[Recorded data]
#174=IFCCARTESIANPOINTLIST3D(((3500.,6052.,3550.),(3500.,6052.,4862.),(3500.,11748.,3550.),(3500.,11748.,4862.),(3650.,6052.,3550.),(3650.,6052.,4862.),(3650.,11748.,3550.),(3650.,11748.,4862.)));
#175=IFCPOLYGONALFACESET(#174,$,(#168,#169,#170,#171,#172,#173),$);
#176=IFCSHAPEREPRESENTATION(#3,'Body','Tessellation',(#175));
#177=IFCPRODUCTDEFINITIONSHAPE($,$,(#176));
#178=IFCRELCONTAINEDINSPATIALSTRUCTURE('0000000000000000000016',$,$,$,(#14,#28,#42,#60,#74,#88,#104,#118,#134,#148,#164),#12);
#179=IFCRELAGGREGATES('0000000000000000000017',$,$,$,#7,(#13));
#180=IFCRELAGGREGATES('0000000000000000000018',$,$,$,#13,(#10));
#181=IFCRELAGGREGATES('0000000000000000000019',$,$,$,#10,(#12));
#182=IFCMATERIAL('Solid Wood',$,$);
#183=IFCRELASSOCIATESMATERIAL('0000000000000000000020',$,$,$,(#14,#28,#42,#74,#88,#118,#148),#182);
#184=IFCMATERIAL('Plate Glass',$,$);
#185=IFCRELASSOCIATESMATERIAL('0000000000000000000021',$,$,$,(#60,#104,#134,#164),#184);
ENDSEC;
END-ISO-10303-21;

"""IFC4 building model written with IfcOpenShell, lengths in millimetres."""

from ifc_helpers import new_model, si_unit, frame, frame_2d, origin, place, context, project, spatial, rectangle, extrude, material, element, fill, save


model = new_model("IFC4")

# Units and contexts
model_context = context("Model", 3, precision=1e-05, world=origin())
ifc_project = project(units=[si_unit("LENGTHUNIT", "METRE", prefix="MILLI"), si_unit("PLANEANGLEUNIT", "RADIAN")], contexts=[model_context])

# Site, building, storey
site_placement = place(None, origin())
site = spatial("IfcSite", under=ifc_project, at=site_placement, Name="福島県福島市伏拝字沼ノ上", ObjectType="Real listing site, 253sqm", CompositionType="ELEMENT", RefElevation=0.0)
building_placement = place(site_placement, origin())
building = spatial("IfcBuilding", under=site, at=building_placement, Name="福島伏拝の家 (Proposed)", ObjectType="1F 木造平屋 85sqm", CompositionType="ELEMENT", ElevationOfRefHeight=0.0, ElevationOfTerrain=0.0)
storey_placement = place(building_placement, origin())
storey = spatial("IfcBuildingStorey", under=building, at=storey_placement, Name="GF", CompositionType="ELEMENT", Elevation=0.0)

[What you have to do] Up to and including the line that contains "building model written", restate word for word every line of the entries, starting from the first.

[Task response]
#174=IFCCARTESIANPOINTLIST3D(((3500.,6052.,3550.),(3500.,6052.,4862.),(3500.,11748.,3550.),(3500.,11748.,4862.),(3650.,6052.,3550.),(3650.,6052.,4862.),(3650.,11748.,3550.),(3650.,11748.,4862.)));
#175=IFCPOLYGONALFACESET(#174,$,(#168,#169,#170,#171,#172,#173),$);
#176=IFCSHAPEREPRESENTATION(#3,'Body','Tessellation',(#175));
#177=IFCPRODUCTDEFINITIONSHAPE($,$,(#176));
#178=IFCRELCONTAINEDINSPATIALSTRUCTURE('0000000000000000000016',$,$,$,(#14,#28,#42,#60,#74,#88,#104,#118,#134,#148,#164),#12);
#179=IFCRELAGGREGATES('0000000000000000000017',$,$,$,#7,(#13));
#180=IFCRELAGGREGATES('0000000000000000000018',$,$,$,#13,(#10));
#181=IFCRELAGGREGATES('0000000000000000000019',$,$,$,#10,(#12));
#182=IFCMATERIAL('Solid Wood',$,$);
#183=IFCRELASSOCIATESMATERIAL('0000000000000000000020',$,$,$,(#14,#28,#42,#74,#88,#118,#148),#182);
#184=IFCMATERIAL('Plate Glass',$,$);
#185=IFCRELASSOCIATESMATERIAL('0000000000000000000021',$,$,$,(#60,#104,#134,#164),#184);
ENDSEC;
END-ISO-10303-21;

"""IFC4 building model written with IfcOpenShell, lengths in millimetres."""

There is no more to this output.